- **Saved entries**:

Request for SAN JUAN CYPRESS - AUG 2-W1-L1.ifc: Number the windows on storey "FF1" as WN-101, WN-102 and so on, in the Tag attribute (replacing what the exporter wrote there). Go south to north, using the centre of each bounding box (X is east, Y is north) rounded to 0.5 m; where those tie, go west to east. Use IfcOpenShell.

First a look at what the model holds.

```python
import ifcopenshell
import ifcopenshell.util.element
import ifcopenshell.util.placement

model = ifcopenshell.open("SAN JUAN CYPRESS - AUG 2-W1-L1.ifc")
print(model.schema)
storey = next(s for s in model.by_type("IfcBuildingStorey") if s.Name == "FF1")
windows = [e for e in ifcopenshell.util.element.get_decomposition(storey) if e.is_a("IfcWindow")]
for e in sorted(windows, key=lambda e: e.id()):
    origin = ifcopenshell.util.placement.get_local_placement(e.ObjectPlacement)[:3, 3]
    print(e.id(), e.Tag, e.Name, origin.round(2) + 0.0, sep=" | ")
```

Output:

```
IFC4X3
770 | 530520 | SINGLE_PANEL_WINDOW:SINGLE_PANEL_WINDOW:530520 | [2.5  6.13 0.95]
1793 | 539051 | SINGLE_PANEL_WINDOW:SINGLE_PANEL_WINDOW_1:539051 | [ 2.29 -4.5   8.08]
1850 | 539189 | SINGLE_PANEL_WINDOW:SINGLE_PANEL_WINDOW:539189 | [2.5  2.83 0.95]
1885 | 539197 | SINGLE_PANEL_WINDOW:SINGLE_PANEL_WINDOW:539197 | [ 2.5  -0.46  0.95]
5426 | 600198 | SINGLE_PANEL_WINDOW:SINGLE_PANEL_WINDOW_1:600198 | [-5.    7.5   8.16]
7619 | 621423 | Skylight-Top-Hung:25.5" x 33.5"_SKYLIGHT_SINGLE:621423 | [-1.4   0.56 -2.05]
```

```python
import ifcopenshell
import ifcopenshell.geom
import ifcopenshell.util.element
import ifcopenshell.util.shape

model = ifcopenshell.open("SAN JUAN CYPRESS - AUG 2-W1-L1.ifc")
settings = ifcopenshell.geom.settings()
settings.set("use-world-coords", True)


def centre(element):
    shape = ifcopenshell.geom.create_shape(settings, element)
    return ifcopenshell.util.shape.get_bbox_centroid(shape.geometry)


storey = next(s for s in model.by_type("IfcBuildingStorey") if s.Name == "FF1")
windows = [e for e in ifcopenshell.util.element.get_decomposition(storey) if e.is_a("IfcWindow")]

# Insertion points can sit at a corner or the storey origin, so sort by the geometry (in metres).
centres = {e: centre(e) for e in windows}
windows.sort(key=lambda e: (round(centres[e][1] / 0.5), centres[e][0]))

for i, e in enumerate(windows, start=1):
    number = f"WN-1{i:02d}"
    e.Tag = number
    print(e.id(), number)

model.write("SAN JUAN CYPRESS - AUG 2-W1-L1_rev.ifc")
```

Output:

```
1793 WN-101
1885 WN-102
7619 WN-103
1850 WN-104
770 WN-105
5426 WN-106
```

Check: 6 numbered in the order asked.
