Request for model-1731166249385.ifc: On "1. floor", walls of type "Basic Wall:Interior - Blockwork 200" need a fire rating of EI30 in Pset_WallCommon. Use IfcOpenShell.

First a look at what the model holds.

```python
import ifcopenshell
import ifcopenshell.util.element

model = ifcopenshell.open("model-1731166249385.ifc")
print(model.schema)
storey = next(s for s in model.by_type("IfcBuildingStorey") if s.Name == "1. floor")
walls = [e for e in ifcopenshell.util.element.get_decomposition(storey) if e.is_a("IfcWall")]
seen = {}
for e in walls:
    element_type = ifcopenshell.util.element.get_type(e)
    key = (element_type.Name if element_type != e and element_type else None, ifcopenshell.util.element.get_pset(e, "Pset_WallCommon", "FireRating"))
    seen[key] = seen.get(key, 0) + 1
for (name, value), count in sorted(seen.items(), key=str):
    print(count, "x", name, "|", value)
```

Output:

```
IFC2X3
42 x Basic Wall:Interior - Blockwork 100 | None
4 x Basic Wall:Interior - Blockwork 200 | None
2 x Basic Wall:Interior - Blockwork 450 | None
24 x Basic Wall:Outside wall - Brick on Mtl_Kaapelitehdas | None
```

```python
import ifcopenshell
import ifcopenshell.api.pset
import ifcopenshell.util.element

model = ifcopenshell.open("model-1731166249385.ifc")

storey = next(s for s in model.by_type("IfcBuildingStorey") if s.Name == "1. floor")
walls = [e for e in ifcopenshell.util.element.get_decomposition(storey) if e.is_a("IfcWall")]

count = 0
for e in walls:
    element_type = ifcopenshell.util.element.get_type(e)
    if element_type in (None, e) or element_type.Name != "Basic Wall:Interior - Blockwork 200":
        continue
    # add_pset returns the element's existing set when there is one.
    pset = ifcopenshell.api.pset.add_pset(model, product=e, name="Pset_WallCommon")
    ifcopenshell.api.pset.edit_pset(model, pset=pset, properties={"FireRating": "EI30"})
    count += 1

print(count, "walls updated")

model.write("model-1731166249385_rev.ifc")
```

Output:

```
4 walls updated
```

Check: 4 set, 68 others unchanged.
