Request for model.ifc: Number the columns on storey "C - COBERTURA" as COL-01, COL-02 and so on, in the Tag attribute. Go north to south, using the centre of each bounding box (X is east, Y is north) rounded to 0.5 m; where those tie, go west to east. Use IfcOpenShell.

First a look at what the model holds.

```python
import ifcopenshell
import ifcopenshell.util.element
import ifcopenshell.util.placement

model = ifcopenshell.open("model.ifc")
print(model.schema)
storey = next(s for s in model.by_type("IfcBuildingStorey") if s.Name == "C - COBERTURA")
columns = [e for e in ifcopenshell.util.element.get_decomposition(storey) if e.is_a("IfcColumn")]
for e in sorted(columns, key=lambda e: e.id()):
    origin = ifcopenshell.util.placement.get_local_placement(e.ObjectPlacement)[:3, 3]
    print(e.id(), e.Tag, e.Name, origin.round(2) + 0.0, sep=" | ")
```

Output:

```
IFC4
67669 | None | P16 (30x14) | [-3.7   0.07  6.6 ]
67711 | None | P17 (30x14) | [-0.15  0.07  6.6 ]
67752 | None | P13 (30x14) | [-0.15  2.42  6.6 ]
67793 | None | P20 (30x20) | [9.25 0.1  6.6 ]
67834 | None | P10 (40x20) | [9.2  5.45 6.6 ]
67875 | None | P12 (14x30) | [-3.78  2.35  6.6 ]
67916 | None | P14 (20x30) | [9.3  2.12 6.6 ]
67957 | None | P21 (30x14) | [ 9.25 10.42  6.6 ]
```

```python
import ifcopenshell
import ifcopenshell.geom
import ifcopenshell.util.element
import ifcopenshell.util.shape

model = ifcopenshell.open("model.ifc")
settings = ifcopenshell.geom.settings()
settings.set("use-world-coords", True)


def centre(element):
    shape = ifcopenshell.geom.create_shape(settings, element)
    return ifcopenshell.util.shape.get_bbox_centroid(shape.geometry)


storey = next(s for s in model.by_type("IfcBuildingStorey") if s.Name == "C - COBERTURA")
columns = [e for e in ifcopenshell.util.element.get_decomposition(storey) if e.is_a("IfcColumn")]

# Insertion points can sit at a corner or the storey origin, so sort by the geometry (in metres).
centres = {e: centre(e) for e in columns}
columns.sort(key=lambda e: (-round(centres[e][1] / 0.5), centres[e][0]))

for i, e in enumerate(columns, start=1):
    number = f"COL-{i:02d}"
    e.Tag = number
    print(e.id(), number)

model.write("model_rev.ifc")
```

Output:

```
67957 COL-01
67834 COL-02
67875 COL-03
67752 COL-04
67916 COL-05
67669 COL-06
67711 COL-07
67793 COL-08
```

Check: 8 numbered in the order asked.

- **Task prompt**: Copy all the records exactly so that no character differs from the source.

- **Solved exercise**:
Request for SAN JUAN CYPRESS - AUG 2-W1-L1.ifc: Number the windows on storey "FF1" as WN-101, WN-102 and so on, in the Tag attribute (replacing what the exporter wrote there). Go south to north, using the centre of each bounding box (X is east, Y is north) rounded to 0.5 m; where those tie, go west to east. Use IfcOpenShell.

First a look at what the model holds.

```python
import ifcopenshell
import ifcopenshell.util.element
import ifcopenshell.util.placement

model = ifcopenshell.open("SAN JUAN CYPRESS - AUG 2-W1-L1.ifc")
print(model.schema)
storey = next(s for s in model.by_type("IfcBuildingStorey") if s.Name == "FF1")
windows = [e for e in ifcopenshell.util.element.get_decomposition(storey) if e.is_a("IfcWindow")]
for e in sorted(windows, key=lambda e: e.id()):
    origin = ifcopenshell.util.placement.get_local_placement(e.ObjectPlacement)[:3, 3]
    print(e.id(), e.Tag, e.Name, origin.round(2) + 0.0, sep=" | ")
```

Output:

```
IFC4X3
770 | 530520 | SINGLE_PANEL_WINDOW:SINGLE_PANEL_WINDOW:530520 | [2.5  6.13 0.95]
1793 | 539051 | SINGLE_PANEL_WINDOW:SINGLE_PANEL_WINDOW_1:539051 | [ 2.29 -4.5   8.08]
1850 | 539189 | SINGLE_PANEL_WINDOW:SINGLE_PANEL_WINDOW:539189 | [2.5  2.83 0.95]
1885 | 539197 | SINGLE_PANEL_WINDOW:SINGLE_PANEL_WINDOW:539197 | [ 2.5  -0.46  0.95]
5426 | 600198 | SINGLE_PANEL_WINDOW:SINGLE_PANEL_WINDOW_1:600198 | [-5.    7.5   8.16]
7619 | 621423 | Skylight-Top-Hung:25.5" x 33.5"_SKYLIGHT_SINGLE:621423 | [-1.4   0.56 -2.05]
```

```python
import ifcopenshell
import ifcopenshell.geom
import ifcopenshell.util.element
import ifcopenshell.util.shape

model = ifcopenshell.open("SAN JUAN CYPRESS - AUG 2-W1-L1.ifc")
settings = ifcopenshell.geom.settings()
settings.set("use-world-coords", True)


def centre(element):
    shape = ifcopenshell.geom.create_shape(settings, element)
    return ifcopenshell.util.shape.get_bbox_centroid(shape.geometry)


storey = next(s for s in model.by_type("IfcBuildingStorey") if s.Name == "FF1")
windows = [e for e in ifcopenshell.util.element.get_decomposition(storey) if e.is_a("IfcWindow")]

# Insertion points can sit at a corner or the storey origin, so sort by the geometry (in metres).
centres = {e: centre(e) for e in windows}
windows.sort(key=lambda e: (round(centres[e][1] / 0.5), centres[e][0]))

for i, e in enumerate(windows, start=1):
    number = f"WN-1{i:02d}"
    e.Tag = number
    print(e.id(), number)

model.write("SAN JUAN CYPRESS - AUG 2-W1-L1_rev.ifc")
```

Output:

```
1793 WN-101
1885 WN-102
7619 WN-103
1850 WN-104
770 WN-105
5426 WN-106
```

Check: 6 numbered in the order asked.
Request for model-1731166249385.ifc: On "1. floor", walls of type "Basic Wall:Interior - Blockwork 200" need a fire rating of EI30 in Pset_WallCommon. Use IfcOpenShell.

First a look at what the model holds.

```python
import ifcopenshell
import ifcopenshell.util.element

model = ifcopenshell.open("model-1731166249385.ifc")
print(model.schema)
storey = next(s for s in model.by_type("IfcBuildingStorey") if s.Name == "1. floor")
walls = [e for e in ifcopenshell.util.element.get_decomposition(storey) if e.is_a("IfcWall")]
seen = {}
for e in walls:
    element_type = ifcopenshell.util.element.get_type(e)
    key = (element_type.Name if element_type != e and element_type else None, ifcopenshell.util.element.get_pset(e, "Pset_WallCommon", "FireRating"))
    seen[key] = seen.get(key, 0) + 1
for (name, value), count in sorted(seen.items(), key=str):
    print(count, "x", name, "|", value)
```

Output:

```
IFC2X3
42 x Basic Wall:Interior - Blockwork 100 | None
4 x Basic Wall:Interior - Blockwork 200 | None
2 x Basic Wall:Interior - Blockwork 450 | None
24 x Basic Wall:Outside wall - Brick on Mtl_Kaapelitehdas | None
```

```python
import ifcopenshell
import ifcopenshell.api.pset
import ifcopenshell.util.element

model = ifcopenshell.open("model-1731166249385.ifc")

storey = next(s for s in model.by_type("IfcBuildingStorey") if s.Name == "1. floor")
walls = [e for e in ifcopenshell.util.element.get_decomposition(storey) if e.is_a("IfcWall")]

count = 0
for e in walls:
    element_type = ifcopenshell.util.element.get_type(e)
    if element_type in (None, e) or element_type.Name != "Basic Wall:Interior - Blockwork 200":
        continue
    # add_pset returns the element's existing set when there is one.
    pset = ifcopenshell.api.pset.add_pset(model, product=e, name="Pset_WallCommon")
    ifcopenshell.api.pset.edit_pset(model, pset=pset, properties={"FireRating": "EI30"})
    count += 1

print(count, "walls updated")

model.write("model-1731166249385_rev.ifc")
```

Output:

```
4 walls updated
```

Check: 4 set, 68 others unchanged.
Request for model.ifc: Number the columns on storey "C - COBERTURA" as COL-01, COL-02 and so on, in the Tag attribute. Go north to south, using the centre of each bounding box (X is east, Y is north) rounded to 0.5 m; where those tie, go west to east. Use IfcOpenShell.

First a look at what the model holds.

```python
import ifcopenshell
import ifcopenshell.util.element
import ifcopenshell.util.placement

model = ifcopenshell.open("model.ifc")
print(model.schema)
storey = next(s for s in model.by_type("IfcBuildingStorey") if s.Name == "C - COBERTURA")
columns = [e for e in ifcopenshell.util.element.get_decomposition(storey) if e.is_a("IfcColumn")]
for e in sorted(columns, key=lambda e: e.id()):
    origin = ifcopenshell.util.placement.get_local_placement(e.ObjectPlacement)[:3, 3]
    print(e.id(), e.Tag, e.Name, origin.round(2) + 0.0, sep=" | ")
```

Output:

```
IFC4
67669 | None | P16 (30x14) | [-3.7   0.07  6.6 ]
67711 | None | P17 (30x14) | [-0.15  0.07  6.6 ]
67752 | None | P13 (30x14) | [-0.15  2.42  6.6 ]
67793 | None | P20 (30x20) | [9.25 0.1  6.6 ]
67834 | None | P10 (40x20) | [9.2  5.45 6.6 ]
67875 | None | P12 (14x30) | [-3.78  2.35  6.6 ]
67916 | None | P14 (20x30) | [9.3  2.12 6.6 ]
67957 | None | P21 (30x14) | [ 9.25 10.42  6.6 ]
```

```python
import ifcopenshell
import ifcopenshell.geom
import ifcopenshell.util.element
import ifcopenshell.util.shape

model = ifcopenshell.open("model.ifc")
settings = ifcopenshell.geom.settings()
settings.set("use-world-coords", True)


def centre(element):
    shape = ifcopenshell.geom.create_shape(settings, element)
    return ifcopenshell.util.shape.get_bbox_centroid(shape.geometry)


storey = next(s for s in model.by_type("IfcBuildingStorey") if s.Name == "C - COBERTURA")
columns = [e for e in ifcopenshell.util.element.get_decomposition(storey) if e.is_a("IfcColumn")]

# Insertion points can sit at a corner or the storey origin, so sort by the geometry (in metres).
centres = {e: centre(e) for e in columns}
columns.sort(key=lambda e: (-round(centres[e][1] / 0.5), centres[e][0]))

for i, e in enumerate(columns, start=1):
    number = f"COL-{i:02d}"
    e.Tag = number
    print(e.id(), number)

model.write("model_rev.ifc")
```

Output:

```
67957 COL-01
67834 COL-02
67875 COL-03
67752 COL-04
67916 COL-05
67669 COL-06
67711 COL-07
67793 COL-08
```

Check: 8 numbered in the order asked.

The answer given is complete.